START Supplied material

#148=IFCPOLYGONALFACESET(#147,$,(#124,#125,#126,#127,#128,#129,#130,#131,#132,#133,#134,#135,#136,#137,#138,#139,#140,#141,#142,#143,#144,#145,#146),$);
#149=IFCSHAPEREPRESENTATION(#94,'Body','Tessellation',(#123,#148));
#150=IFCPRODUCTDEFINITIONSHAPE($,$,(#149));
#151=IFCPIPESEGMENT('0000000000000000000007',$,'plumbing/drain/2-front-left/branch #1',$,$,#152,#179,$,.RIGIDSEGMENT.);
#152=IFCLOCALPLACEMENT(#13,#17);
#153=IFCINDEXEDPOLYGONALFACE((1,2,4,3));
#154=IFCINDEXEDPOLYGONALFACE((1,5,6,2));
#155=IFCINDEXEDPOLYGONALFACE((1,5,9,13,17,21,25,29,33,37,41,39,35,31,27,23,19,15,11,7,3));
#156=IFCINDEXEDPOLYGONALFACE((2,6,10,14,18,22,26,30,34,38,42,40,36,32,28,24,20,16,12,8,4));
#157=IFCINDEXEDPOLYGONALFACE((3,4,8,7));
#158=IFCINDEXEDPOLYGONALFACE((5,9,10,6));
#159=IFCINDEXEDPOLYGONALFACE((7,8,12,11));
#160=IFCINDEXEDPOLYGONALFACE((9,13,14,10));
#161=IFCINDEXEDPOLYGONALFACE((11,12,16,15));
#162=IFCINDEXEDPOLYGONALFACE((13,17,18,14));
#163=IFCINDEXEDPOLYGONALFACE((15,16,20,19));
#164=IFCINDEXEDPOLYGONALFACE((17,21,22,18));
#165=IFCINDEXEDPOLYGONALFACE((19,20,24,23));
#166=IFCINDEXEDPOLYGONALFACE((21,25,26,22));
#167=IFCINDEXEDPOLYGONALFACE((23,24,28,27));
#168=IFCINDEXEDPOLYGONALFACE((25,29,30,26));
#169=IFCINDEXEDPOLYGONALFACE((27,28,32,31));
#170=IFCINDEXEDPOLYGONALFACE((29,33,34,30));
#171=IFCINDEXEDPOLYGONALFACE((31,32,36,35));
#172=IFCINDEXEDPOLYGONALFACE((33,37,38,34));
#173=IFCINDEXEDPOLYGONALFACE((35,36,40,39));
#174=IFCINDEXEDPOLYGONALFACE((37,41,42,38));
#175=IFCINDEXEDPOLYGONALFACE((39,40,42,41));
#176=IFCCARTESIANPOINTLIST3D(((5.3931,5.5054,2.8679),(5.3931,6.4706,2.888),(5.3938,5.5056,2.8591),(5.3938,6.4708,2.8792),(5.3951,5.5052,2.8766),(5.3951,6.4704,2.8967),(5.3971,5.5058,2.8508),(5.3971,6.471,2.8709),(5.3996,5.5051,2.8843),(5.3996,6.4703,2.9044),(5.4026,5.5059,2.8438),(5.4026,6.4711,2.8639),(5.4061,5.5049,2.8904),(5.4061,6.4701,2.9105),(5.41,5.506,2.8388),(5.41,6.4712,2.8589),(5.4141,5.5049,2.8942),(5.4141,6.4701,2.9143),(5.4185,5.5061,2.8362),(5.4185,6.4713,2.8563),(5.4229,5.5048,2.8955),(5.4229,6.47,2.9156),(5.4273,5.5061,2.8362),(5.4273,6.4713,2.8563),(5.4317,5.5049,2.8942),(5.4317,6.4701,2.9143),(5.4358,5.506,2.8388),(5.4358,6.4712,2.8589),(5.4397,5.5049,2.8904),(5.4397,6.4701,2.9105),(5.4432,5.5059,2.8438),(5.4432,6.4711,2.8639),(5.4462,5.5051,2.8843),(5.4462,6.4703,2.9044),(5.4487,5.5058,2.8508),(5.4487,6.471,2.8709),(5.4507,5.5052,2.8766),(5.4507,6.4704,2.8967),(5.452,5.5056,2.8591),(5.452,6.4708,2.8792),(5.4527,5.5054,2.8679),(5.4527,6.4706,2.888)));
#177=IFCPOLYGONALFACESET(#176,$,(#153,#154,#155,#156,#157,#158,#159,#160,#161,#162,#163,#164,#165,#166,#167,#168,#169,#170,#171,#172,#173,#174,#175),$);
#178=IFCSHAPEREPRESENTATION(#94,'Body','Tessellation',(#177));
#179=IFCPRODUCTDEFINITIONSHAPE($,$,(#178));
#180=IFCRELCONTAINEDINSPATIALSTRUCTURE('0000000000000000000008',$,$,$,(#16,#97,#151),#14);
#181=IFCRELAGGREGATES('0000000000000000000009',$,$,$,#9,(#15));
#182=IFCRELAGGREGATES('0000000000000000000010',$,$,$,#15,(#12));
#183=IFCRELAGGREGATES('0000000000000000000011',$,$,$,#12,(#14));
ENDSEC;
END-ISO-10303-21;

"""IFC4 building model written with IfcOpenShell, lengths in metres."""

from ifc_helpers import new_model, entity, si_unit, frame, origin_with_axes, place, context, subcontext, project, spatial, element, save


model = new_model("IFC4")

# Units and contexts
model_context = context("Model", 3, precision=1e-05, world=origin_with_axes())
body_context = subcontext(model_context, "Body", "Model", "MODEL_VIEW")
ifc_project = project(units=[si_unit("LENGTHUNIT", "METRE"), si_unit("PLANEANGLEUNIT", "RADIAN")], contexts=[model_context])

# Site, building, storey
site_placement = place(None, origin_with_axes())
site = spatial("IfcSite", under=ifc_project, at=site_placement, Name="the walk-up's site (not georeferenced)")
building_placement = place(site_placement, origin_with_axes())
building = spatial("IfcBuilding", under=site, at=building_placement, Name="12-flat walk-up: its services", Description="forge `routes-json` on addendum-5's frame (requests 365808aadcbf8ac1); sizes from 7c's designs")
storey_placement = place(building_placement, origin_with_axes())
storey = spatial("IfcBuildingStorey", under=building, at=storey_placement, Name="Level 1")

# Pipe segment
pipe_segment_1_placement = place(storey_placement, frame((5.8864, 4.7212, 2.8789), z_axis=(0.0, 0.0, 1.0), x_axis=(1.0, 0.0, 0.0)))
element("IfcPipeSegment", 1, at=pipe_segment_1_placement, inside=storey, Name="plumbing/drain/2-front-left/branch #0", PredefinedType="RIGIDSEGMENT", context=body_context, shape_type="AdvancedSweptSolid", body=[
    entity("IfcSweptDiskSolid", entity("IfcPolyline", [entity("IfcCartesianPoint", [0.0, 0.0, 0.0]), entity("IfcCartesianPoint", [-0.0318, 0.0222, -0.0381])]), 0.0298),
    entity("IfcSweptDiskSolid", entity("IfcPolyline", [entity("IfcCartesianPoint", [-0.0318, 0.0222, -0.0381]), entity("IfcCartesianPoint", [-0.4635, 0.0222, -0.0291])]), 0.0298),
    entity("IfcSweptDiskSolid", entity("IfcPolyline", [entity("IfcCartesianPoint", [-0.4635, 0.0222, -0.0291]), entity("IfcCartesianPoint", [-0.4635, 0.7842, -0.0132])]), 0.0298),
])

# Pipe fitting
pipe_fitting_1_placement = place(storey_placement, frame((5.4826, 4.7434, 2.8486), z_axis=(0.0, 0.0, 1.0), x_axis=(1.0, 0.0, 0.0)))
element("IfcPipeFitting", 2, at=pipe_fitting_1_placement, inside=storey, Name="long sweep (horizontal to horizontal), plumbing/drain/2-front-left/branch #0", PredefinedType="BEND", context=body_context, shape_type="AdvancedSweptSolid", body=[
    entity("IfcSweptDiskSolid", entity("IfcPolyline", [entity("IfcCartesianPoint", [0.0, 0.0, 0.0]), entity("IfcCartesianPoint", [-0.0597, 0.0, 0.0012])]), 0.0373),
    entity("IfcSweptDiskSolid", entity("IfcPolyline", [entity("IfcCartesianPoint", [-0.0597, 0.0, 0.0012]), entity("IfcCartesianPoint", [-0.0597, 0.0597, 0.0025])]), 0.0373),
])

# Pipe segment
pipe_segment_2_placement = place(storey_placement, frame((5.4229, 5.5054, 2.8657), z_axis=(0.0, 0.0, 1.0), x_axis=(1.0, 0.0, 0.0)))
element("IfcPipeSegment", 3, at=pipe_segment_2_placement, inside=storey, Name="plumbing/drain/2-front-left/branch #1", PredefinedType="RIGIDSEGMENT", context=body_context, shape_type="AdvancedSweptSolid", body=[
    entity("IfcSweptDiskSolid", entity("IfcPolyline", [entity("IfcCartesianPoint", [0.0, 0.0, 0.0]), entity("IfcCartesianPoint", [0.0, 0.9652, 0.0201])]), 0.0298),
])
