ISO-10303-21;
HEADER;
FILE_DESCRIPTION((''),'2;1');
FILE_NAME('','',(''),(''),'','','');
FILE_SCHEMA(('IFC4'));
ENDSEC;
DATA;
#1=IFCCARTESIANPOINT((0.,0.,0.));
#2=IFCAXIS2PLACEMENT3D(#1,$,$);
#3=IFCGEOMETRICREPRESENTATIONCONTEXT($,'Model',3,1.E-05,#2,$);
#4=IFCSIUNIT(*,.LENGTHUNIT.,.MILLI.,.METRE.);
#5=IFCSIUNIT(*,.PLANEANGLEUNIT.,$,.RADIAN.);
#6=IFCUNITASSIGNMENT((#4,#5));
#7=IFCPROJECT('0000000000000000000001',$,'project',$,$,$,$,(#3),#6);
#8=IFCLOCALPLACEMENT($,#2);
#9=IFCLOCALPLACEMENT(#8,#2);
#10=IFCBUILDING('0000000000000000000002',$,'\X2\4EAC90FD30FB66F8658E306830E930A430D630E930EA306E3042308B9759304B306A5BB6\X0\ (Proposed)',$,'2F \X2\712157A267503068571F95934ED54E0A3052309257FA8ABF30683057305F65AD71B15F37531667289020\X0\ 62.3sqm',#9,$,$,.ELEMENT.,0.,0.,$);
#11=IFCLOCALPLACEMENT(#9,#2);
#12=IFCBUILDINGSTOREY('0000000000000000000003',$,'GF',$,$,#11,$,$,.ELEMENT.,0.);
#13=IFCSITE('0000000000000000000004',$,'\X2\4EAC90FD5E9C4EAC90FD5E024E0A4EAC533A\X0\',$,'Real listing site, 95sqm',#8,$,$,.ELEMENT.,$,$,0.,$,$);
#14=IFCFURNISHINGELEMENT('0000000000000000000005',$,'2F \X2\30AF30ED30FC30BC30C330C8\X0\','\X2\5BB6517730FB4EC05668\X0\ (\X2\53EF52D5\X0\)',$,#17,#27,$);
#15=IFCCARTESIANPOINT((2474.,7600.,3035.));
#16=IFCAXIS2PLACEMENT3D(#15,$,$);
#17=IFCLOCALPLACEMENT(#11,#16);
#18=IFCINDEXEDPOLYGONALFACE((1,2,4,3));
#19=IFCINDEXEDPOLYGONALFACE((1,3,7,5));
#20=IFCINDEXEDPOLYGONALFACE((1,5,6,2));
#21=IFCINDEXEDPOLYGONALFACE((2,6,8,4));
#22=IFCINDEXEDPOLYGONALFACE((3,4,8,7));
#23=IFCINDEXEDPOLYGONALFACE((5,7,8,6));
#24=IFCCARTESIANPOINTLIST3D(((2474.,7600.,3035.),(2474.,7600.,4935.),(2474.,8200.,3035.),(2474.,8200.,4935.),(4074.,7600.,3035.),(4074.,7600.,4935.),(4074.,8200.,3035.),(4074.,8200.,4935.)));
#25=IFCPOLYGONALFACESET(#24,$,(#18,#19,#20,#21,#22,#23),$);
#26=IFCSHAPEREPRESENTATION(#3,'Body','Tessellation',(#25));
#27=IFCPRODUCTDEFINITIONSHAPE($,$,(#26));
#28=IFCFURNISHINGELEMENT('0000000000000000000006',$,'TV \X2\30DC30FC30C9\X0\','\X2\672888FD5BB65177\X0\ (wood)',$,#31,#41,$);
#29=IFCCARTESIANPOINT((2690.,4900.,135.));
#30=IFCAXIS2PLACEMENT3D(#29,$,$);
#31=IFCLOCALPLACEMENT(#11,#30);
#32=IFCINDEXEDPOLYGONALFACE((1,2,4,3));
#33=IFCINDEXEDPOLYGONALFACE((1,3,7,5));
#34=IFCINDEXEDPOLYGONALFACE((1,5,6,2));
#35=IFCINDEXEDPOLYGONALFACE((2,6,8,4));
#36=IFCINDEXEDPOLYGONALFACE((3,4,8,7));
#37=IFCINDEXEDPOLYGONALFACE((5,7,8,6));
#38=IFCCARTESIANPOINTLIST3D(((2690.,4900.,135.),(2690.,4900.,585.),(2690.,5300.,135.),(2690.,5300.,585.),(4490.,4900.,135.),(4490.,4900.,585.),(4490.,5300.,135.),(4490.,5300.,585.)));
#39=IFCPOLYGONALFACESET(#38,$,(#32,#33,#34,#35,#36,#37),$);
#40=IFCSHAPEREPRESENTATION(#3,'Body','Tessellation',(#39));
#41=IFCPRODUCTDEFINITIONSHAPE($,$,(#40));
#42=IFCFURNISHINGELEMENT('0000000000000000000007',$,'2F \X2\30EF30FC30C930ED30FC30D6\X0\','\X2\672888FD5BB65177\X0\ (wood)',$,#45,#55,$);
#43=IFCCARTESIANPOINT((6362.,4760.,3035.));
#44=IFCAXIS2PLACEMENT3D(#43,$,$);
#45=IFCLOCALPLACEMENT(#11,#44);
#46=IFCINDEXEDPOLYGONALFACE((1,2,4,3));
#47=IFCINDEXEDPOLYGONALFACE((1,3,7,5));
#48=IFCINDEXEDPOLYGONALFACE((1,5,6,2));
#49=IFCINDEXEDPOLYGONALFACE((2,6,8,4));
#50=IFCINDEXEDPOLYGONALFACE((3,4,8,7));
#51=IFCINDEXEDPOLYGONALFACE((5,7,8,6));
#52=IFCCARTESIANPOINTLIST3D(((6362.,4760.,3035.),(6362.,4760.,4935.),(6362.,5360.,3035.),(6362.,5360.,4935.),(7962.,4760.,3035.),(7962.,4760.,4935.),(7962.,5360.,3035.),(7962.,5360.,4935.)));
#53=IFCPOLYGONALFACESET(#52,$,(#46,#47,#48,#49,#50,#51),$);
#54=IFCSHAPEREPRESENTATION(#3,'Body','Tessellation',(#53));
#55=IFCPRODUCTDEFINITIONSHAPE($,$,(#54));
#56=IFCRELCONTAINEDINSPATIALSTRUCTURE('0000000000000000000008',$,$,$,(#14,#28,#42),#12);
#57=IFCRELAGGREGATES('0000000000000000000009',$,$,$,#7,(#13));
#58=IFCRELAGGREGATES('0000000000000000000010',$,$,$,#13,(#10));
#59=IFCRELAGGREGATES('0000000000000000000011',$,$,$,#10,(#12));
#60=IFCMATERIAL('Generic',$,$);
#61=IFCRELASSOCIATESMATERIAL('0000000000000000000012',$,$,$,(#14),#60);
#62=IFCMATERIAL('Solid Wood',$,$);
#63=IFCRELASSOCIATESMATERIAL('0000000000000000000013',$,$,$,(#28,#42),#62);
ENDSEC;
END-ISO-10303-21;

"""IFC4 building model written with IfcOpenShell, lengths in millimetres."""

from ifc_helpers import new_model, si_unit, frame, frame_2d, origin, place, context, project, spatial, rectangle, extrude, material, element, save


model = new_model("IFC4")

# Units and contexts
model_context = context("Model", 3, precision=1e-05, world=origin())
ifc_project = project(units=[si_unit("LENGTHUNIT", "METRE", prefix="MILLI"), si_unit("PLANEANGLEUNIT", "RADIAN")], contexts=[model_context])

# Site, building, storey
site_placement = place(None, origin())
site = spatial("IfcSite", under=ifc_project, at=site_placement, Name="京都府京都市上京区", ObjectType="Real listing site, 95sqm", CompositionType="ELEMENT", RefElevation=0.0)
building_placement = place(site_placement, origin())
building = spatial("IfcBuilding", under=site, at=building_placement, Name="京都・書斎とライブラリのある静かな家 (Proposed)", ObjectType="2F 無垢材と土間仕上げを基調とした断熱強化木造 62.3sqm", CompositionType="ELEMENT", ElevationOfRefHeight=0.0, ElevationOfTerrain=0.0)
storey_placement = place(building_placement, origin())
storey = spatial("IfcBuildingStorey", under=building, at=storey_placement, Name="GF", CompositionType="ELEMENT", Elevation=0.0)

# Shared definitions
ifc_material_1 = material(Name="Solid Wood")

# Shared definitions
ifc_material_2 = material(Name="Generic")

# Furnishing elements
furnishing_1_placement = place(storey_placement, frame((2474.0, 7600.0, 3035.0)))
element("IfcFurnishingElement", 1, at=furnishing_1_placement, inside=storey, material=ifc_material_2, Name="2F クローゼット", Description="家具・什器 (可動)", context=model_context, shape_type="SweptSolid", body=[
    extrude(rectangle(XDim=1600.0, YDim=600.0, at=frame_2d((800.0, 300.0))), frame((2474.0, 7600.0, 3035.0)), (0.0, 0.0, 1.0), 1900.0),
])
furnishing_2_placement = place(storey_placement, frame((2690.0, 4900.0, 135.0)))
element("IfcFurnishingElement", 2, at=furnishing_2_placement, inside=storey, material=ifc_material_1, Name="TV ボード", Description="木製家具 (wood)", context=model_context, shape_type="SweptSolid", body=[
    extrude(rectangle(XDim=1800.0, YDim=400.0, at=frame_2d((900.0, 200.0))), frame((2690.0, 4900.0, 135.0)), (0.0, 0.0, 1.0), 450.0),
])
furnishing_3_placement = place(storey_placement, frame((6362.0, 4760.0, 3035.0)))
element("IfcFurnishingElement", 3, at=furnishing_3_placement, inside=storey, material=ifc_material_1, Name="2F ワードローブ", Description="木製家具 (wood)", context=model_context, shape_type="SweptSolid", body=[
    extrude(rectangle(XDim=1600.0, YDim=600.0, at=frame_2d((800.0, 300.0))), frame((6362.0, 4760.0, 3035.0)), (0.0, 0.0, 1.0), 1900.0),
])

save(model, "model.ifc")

END Supplied material

▶ Description of the task
Return, exactly as they stand, the lines from the start of the records above through the line with "#175=IFCINDEXEDPOLYGONALFACE((39,40,42,41));", both ends included, and no other lines.

▶ Task output
#148=IFCPOLYGONALFACESET(#147,$,(#124,#125,#126,#127,#128,#129,#130,#131,#132,#133,#134,#135,#136,#137,#138,#139,#140,#141,#142,#143,#144,#145,#146),$);
#149=IFCSHAPEREPRESENTATION(#94,'Body','Tessellation',(#123,#148));
#150=IFCPRODUCTDEFINITIONSHAPE($,$,(#149));
#151=IFCPIPESEGMENT('0000000000000000000007',$,'plumbing/drain/2-front-left/branch #1',$,$,#152,#179,$,.RIGIDSEGMENT.);
#152=IFCLOCALPLACEMENT(#13,#17);
#153=IFCINDEXEDPOLYGONALFACE((1,2,4,3));
#154=IFCINDEXEDPOLYGONALFACE((1,5,6,2));
#155=IFCINDEXEDPOLYGONALFACE((1,5,9,13,17,21,25,29,33,37,41,39,35,31,27,23,19,15,11,7,3));
#156=IFCINDEXEDPOLYGONALFACE((2,6,10,14,18,22,26,30,34,38,42,40,36,32,28,24,20,16,12,8,4));
#157=IFCINDEXEDPOLYGONALFACE((3,4,8,7));
#158=IFCINDEXEDPOLYGONALFACE((5,9,10,6));
#159=IFCINDEXEDPOLYGONALFACE((7,8,12,11));
#160=IFCINDEXEDPOLYGONALFACE((9,13,14,10));
#161=IFCINDEXEDPOLYGONALFACE((11,12,16,15));
#162=IFCINDEXEDPOLYGONALFACE((13,17,18,14));
#163=IFCINDEXEDPOLYGONALFACE((15,16,20,19));
#164=IFCINDEXEDPOLYGONALFACE((17,21,22,18));
#165=IFCINDEXEDPOLYGONALFACE((19,20,24,23));
#166=IFCINDEXEDPOLYGONALFACE((21,25,26,22));
#167=IFCINDEXEDPOLYGONALFACE((23,24,28,27));
#168=IFCINDEXEDPOLYGONALFACE((25,29,30,26));
#169=IFCINDEXEDPOLYGONALFACE((27,28,32,31));
#170=IFCINDEXEDPOLYGONALFACE((29,33,34,30));
#171=IFCINDEXEDPOLYGONALFACE((31,32,36,35));
#172=IFCINDEXEDPOLYGONALFACE((33,37,38,34));
#173=IFCINDEXEDPOLYGONALFACE((35,36,40,39));
#174=IFCINDEXEDPOLYGONALFACE((37,41,42,38));
#175=IFCINDEXEDPOLYGONALFACE((39,40,42,41));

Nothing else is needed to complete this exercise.